Among the entries below, only the lines starting at the one with "#115=IFCINDEXEDPOLYGONALFACE((15,27,28,16));" and ending at the one with "#143=IFCINDEXEDPOLYGONALFACE((77,79,80,78));", both included, are to be printed exactly.

Start of RAW DATA

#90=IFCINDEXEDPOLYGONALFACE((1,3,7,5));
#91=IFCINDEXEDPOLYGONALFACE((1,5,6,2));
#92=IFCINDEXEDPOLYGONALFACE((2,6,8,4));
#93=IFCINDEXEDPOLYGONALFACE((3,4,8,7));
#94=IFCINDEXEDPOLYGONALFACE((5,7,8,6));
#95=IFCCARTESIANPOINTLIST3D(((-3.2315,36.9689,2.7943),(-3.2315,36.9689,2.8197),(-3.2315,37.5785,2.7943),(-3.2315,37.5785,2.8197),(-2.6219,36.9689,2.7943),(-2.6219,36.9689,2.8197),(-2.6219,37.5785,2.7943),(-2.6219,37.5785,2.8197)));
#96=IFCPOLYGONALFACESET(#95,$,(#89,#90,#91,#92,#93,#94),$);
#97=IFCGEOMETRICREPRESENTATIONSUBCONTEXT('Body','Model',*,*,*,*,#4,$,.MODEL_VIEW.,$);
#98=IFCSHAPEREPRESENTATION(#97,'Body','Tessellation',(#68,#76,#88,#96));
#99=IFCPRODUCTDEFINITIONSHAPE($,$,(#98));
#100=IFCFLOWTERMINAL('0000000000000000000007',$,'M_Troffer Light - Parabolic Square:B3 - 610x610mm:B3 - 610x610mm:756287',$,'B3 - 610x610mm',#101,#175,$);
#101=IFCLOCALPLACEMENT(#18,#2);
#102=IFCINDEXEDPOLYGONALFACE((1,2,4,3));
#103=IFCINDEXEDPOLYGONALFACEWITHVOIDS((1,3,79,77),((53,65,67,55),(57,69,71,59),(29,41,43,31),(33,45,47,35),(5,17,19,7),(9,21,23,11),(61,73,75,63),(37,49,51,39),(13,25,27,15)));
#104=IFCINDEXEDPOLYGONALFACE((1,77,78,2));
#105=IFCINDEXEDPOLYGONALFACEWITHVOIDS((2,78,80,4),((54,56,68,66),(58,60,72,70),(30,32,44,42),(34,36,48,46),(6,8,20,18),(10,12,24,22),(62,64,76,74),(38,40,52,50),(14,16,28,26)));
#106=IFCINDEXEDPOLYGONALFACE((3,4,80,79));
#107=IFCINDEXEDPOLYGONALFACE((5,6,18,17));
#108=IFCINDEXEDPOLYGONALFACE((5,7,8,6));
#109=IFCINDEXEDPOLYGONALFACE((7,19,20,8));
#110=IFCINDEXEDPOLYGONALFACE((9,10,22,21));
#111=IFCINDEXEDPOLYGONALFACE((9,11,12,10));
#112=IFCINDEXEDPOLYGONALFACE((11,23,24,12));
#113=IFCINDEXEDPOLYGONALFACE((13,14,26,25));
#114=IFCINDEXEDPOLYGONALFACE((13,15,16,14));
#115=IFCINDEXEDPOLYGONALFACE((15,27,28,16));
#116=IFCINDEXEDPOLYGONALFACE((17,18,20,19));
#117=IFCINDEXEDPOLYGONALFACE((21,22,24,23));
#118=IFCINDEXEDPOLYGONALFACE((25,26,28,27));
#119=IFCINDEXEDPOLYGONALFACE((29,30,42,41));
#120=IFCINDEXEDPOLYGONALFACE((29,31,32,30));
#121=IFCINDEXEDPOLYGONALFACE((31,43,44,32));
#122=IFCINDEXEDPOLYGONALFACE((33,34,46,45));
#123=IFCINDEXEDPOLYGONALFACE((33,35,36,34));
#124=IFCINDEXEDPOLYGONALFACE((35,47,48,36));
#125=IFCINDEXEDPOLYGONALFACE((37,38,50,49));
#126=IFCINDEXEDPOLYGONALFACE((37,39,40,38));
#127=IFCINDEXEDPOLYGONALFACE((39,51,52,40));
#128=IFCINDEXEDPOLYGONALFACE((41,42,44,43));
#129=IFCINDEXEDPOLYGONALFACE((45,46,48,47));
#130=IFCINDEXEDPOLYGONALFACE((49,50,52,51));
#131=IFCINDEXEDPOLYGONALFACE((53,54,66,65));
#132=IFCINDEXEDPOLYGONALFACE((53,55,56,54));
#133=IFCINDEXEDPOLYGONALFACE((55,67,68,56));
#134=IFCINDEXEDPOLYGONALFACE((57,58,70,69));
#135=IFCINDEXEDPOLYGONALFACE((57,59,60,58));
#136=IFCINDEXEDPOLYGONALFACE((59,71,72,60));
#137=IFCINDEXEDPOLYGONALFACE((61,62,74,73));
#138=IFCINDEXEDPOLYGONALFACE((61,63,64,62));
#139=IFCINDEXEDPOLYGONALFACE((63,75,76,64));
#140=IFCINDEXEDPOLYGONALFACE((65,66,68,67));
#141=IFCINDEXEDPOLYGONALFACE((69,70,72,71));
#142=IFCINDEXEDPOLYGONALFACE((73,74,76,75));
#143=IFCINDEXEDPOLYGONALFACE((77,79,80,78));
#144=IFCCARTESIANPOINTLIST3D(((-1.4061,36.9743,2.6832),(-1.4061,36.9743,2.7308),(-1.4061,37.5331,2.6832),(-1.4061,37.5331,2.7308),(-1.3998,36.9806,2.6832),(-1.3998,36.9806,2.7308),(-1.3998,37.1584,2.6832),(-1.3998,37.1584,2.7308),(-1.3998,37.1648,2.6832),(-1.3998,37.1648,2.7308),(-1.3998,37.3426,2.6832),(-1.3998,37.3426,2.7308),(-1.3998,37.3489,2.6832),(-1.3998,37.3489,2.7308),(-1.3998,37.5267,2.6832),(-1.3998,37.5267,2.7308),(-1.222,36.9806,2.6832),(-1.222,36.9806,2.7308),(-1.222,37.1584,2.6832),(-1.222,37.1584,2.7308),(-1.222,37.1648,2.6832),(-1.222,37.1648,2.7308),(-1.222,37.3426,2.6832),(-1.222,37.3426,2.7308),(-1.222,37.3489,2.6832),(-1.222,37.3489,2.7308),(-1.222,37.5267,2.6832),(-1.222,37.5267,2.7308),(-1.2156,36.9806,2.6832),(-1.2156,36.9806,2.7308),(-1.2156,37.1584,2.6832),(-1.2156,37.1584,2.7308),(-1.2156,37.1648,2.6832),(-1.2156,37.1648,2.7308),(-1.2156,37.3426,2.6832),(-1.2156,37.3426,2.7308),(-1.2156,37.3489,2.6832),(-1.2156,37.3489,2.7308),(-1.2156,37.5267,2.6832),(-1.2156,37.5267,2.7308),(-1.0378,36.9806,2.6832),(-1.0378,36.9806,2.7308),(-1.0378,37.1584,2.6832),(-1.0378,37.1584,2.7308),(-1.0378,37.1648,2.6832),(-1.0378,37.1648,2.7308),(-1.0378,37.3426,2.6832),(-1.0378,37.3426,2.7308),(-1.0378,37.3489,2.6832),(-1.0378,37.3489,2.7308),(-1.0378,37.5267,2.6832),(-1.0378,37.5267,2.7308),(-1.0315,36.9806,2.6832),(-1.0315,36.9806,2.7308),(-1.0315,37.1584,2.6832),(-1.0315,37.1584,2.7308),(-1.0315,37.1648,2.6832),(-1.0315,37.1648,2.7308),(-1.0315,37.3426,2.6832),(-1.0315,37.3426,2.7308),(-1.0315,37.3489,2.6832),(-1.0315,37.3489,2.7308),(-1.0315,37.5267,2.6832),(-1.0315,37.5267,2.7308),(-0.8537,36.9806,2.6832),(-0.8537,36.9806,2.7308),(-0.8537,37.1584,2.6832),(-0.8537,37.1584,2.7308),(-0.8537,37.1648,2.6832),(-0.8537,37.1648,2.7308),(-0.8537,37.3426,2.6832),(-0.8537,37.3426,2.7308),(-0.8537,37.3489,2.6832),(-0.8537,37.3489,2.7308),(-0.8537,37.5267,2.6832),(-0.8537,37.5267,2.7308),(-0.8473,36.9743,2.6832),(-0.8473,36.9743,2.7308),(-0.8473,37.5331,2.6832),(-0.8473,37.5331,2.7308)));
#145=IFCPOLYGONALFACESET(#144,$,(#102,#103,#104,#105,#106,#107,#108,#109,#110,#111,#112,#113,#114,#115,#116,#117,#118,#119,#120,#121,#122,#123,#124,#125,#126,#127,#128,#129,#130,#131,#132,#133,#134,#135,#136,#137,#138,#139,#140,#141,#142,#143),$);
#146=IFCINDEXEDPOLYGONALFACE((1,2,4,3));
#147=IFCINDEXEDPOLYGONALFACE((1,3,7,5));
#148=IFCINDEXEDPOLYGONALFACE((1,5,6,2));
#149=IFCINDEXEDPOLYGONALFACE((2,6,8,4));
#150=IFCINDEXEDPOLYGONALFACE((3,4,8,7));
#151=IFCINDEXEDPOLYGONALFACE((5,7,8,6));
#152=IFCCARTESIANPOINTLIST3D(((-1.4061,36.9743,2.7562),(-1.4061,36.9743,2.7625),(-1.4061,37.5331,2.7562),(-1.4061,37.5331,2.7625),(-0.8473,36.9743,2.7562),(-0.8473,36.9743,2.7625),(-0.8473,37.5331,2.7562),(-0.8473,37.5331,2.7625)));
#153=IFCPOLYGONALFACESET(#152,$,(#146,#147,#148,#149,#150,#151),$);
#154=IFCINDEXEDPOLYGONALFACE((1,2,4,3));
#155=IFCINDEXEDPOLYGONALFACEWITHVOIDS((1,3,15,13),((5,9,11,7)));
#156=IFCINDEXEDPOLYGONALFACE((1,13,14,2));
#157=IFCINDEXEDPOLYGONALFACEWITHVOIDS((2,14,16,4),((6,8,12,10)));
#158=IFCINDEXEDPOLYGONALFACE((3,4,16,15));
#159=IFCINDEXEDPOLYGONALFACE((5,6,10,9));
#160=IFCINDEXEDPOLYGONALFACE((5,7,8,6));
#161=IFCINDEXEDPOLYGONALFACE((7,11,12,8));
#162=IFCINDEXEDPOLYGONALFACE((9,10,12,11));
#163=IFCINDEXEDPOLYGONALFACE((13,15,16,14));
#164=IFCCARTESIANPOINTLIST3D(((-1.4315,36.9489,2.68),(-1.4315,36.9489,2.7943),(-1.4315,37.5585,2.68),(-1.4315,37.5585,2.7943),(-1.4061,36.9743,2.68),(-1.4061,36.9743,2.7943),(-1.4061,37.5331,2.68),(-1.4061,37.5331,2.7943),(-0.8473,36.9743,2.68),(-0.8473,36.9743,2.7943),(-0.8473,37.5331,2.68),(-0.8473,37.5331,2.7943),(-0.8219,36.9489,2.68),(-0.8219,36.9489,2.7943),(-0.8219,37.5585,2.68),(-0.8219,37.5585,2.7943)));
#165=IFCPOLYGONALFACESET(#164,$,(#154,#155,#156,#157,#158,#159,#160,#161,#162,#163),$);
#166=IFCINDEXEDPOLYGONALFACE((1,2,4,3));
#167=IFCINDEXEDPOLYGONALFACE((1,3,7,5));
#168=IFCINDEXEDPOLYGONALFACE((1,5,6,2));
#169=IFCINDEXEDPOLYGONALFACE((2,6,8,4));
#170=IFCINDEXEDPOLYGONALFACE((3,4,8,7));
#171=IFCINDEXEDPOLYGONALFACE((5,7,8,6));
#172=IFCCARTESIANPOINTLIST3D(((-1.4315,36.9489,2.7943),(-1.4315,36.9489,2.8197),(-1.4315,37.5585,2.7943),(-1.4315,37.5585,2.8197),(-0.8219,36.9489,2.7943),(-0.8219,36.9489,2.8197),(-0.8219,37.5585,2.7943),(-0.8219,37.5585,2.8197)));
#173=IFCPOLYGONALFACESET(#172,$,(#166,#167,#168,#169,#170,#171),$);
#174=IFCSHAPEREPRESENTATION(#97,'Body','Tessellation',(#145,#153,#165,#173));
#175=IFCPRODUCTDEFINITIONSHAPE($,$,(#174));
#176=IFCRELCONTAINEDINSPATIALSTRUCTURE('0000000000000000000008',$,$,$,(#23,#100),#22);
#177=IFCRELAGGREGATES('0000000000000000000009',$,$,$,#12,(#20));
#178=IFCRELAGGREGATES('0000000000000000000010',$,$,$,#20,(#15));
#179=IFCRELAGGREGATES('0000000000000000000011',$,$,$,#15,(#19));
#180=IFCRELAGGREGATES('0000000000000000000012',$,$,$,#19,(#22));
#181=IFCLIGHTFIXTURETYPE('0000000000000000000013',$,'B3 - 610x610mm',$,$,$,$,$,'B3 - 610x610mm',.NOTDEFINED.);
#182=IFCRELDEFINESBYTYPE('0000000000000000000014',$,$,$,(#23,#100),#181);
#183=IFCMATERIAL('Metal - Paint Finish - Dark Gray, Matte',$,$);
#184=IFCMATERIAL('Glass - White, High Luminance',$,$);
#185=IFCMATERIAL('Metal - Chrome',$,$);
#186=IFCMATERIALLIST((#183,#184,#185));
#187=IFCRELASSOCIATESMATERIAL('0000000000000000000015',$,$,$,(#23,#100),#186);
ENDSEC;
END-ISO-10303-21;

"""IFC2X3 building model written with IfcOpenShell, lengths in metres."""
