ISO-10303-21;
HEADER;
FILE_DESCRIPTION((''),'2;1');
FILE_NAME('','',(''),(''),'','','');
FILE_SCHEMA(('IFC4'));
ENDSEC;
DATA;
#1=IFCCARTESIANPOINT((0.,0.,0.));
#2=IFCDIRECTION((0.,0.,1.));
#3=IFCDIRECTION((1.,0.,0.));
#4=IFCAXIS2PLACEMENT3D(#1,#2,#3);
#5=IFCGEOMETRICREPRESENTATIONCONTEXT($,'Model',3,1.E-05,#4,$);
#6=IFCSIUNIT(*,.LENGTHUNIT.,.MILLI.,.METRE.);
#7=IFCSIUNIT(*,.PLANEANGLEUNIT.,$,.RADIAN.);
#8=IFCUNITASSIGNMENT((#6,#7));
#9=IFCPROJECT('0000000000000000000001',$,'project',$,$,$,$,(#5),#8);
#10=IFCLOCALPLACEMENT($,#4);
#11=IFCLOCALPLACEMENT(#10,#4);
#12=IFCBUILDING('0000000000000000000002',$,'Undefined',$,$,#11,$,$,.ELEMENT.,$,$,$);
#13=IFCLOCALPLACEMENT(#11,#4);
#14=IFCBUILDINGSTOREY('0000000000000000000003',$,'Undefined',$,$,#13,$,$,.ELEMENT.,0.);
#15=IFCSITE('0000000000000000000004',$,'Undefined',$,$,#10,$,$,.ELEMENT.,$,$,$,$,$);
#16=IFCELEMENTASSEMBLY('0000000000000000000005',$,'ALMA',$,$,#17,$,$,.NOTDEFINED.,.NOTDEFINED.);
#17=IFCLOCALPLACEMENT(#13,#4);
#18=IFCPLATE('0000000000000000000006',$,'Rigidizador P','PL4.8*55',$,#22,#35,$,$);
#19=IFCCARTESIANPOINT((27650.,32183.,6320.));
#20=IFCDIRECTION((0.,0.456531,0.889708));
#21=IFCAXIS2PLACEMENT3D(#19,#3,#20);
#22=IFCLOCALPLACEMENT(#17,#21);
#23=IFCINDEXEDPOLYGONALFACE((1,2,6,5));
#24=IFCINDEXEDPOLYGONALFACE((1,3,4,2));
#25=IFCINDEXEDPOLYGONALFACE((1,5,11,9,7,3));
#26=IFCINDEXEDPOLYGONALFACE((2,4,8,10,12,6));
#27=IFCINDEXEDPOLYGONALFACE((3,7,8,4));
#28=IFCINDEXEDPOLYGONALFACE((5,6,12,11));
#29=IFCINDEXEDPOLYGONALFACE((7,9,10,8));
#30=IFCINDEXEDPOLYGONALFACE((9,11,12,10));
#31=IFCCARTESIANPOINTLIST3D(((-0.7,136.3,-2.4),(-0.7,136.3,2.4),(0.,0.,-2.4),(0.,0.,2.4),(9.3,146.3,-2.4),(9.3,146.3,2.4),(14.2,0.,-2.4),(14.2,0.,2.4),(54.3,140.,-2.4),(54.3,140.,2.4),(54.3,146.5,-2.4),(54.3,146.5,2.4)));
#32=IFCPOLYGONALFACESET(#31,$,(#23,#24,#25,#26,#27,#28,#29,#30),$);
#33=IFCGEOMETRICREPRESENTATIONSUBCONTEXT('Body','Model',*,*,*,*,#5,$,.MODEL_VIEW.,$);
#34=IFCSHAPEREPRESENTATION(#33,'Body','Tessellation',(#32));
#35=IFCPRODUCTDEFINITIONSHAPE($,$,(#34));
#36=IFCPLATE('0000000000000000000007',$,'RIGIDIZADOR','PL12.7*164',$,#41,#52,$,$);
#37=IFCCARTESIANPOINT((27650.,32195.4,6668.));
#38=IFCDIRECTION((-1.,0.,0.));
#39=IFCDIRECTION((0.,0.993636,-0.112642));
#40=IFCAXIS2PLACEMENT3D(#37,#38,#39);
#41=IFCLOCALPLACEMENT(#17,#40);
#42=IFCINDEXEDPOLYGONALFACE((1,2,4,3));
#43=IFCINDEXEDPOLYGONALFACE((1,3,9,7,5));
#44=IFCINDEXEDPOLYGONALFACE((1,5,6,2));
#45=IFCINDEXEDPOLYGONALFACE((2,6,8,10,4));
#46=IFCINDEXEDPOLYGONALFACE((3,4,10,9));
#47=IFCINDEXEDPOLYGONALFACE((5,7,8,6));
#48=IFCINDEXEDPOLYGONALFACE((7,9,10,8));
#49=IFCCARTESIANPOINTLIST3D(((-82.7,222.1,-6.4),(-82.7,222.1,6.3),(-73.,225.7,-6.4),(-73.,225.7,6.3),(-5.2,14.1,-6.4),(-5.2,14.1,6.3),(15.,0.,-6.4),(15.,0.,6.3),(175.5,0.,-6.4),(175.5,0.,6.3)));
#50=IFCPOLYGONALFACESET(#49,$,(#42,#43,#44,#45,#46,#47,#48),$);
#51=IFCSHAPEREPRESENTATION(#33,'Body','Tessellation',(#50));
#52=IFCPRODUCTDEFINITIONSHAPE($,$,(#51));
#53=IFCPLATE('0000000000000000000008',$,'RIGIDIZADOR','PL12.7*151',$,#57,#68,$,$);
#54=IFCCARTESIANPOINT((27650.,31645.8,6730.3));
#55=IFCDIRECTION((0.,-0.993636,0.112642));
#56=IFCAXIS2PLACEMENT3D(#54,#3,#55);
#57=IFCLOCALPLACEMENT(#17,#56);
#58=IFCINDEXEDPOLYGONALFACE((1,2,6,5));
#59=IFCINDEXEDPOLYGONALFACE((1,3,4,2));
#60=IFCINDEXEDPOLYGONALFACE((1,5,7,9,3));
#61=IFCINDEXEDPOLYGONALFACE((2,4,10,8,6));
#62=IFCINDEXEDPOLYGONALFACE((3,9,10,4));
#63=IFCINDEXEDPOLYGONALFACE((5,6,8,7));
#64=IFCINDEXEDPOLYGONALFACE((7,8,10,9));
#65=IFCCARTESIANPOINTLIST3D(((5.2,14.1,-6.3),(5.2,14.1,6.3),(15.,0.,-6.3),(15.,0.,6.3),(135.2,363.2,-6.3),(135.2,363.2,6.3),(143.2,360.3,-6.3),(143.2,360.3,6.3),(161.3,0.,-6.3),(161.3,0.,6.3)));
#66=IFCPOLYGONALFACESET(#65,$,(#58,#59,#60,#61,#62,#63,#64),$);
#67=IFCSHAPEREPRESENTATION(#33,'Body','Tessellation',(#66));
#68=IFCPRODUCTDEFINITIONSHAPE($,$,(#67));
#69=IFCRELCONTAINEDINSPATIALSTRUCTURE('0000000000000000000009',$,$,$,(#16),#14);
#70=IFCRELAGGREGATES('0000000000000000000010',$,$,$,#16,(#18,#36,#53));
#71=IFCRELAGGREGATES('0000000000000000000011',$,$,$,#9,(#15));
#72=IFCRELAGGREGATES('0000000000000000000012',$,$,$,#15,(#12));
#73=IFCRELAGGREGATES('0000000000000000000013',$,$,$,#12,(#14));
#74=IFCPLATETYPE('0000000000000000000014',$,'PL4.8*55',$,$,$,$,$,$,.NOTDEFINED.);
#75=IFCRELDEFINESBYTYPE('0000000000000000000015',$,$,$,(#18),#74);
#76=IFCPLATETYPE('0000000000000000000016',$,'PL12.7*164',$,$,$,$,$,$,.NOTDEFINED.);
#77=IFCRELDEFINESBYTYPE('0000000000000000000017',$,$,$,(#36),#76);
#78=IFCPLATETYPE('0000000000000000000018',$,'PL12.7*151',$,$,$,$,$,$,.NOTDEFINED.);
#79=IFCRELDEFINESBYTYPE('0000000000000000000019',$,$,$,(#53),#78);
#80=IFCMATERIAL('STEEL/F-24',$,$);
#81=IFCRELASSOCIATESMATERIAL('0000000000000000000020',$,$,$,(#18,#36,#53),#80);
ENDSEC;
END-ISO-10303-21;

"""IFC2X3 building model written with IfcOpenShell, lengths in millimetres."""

from ifc_helpers import new_model, si_unit, frame, origin_with_axes, place, context, subcontext, project, spatial, polyline, outline, extrude, material, type_object, element, aggregate, save


model = new_model("IFC2X3")

# Units and contexts
model_context = context("Model", 3, precision=1e-05, world=origin_with_axes())
body_context = subcontext(model_context, "Body", "Model", "MODEL_VIEW")
ifc_project = project(units=[si_unit("LENGTHUNIT", "METRE", prefix="MILLI"), si_unit("PLANEANGLEUNIT", "RADIAN")], contexts=[model_context])

# Site, building, storey
site_placement = place(None, origin_with_axes())
site = spatial("IfcSite", under=ifc_project, at=site_placement, Name="Undefined", CompositionType="ELEMENT")
building_placement = place(site_placement, origin_with_axes())
building = spatial("IfcBuilding", under=site, at=building_placement, Name="Undefined", CompositionType="ELEMENT")
storey_placement = place(building_placement, origin_with_axes())
storey = spatial("IfcBuildingStorey", under=building, at=storey_placement, Name="Undefined", CompositionType="ELEMENT", Elevation=0.0)

# Shared definitions
ifc_material_1 = material(Name="STEEL/F-24")

# Element assembly, plate
assembly_1_placement = place(storey_placement, origin_with_axes())
assembly_1 = element("IfcElementAssembly", 1, at=assembly_1_placement, inside=storey, Name="ALMA", AssemblyPlace="NOTDEFINED", PredefinedType="NOTDEFINED")
plate_type_1 = type_object("IfcPlateType", Name="PL4.8*55", PredefinedType="NOTDEFINED")
plate_1_placement = place(assembly_1_placement, frame((27650.0, 32183.0, 6320.0), z_axis=(1.0, 0.0, 0.0), x_axis=(0.0, 0.456531, 0.889708)))
plate_1 = element("IfcPlate", 2, at=plate_1_placement, type_object=plate_type_1, material=ifc_material_1, Name="Rigidizador P", Description="PL4.8*55", context=body_context, shape_type="SweptSolid", body=[
    extrude(outline(polyline([(0.0, 0.0), (14.2, 0.0), (54.3, 140.0), (54.3, 146.5), (9.3, 146.3), (-0.7, 136.3), (0.0, 0.0)])), frame((0.0, 0.0, -2.4), z_axis=(0.0, 0.0, 1.0), x_axis=(1.0, 0.0, 0.0)), (0.0, 0.0, 1.0), 4.8),
])

# Plates
plate_type_2 = type_object("IfcPlateType", Name="PL12.7*164", PredefinedType="NOTDEFINED")
plate_2_placement = place(assembly_1_placement, frame((27650.0, 32195.4, 6668.0), z_axis=(-1.0, 0.0, 0.0), x_axis=(0.0, 0.993636, -0.112642)))
plate_2 = element("IfcPlate", 3, at=plate_2_placement, type_object=plate_type_2, material=ifc_material_1, Name="RIGIDIZADOR", Description="PL12.7*164", context=body_context, shape_type="SweptSolid", body=[
    extrude(outline(polyline([(-5.2, 14.1), (15.0, 0.0), (175.5, 0.0), (-73.0, 225.7), (-82.7, 222.1), (-5.2, 14.1)])), frame((0.0, 0.0, -6.3), z_axis=(0.0, 0.0, 1.0), x_axis=(1.0, 0.0, 0.0)), (0.0, 0.0, 1.0), 12.7),
])
plate_type_3 = type_object("IfcPlateType", Name="PL12.7*151", PredefinedType="NOTDEFINED")
plate_3_placement = place(assembly_1_placement, frame((27650.0, 31645.8, 6730.3), z_axis=(1.0, 0.0, 0.0), x_axis=(0.0, -0.993636, 0.112642)))
plate_3 = element("IfcPlate", 4, at=plate_3_placement, type_object=plate_type_3, material=ifc_material_1, Name="RIGIDIZADOR", Description="PL12.7*151", context=body_context, shape_type="SweptSolid", body=[
    extrude(outline(polyline([(5.2, 14.1), (15.0, 0.0), (161.3, 0.0), (143.2, 360.3), (135.2, 363.2), (5.2, 14.1)])), frame((0.0, 0.0, -6.3), z_axis=(0.0, 0.0, 1.0), x_axis=(1.0, 0.0, 0.0)), (0.0, 0.0, 1.0), 12.7),
])

aggregate(assembly_1, [plate_1, plate_2, plate_3])

save(model, "model.ifc")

End of RAW DATA

▸ PROBLEM SOLUTION:
#115=IFCINDEXEDPOLYGONALFACE((15,27,28,16));
#116=IFCINDEXEDPOLYGONALFACE((17,18,20,19));
#117=IFCINDEXEDPOLYGONALFACE((21,22,24,23));
#118=IFCINDEXEDPOLYGONALFACE((25,26,28,27));
#119=IFCINDEXEDPOLYGONALFACE((29,30,42,41));
#120=IFCINDEXEDPOLYGONALFACE((29,31,32,30));
#121=IFCINDEXEDPOLYGONALFACE((31,43,44,32));
#122=IFCINDEXEDPOLYGONALFACE((33,34,46,45));
#123=IFCINDEXEDPOLYGONALFACE((33,35,36,34));
#124=IFCINDEXEDPOLYGONALFACE((35,47,48,36));
#125=IFCINDEXEDPOLYGONALFACE((37,38,50,49));
#126=IFCINDEXEDPOLYGONALFACE((37,39,40,38));
#127=IFCINDEXEDPOLYGONALFACE((39,51,52,40));
#128=IFCINDEXEDPOLYGONALFACE((41,42,44,43));
#129=IFCINDEXEDPOLYGONALFACE((45,46,48,47));
#130=IFCINDEXEDPOLYGONALFACE((49,50,52,51));
#131=IFCINDEXEDPOLYGONALFACE((53,54,66,65));
#132=IFCINDEXEDPOLYGONALFACE((53,55,56,54));
#133=IFCINDEXEDPOLYGONALFACE((55,67,68,56));
#134=IFCINDEXEDPOLYGONALFACE((57,58,70,69));
#135=IFCINDEXEDPOLYGONALFACE((57,59,60,58));
#136=IFCINDEXEDPOLYGONALFACE((59,71,72,60));
#137=IFCINDEXEDPOLYGONALFACE((61,62,74,73));
#138=IFCINDEXEDPOLYGONALFACE((61,63,64,62));
#139=IFCINDEXEDPOLYGONALFACE((63,75,76,64));
#140=IFCINDEXEDPOLYGONALFACE((65,66,68,67));
#141=IFCINDEXEDPOLYGONALFACE((69,70,72,71));
#142=IFCINDEXEDPOLYGONALFACE((73,74,76,75));
#143=IFCINDEXEDPOLYGONALFACE((77,79,80,78));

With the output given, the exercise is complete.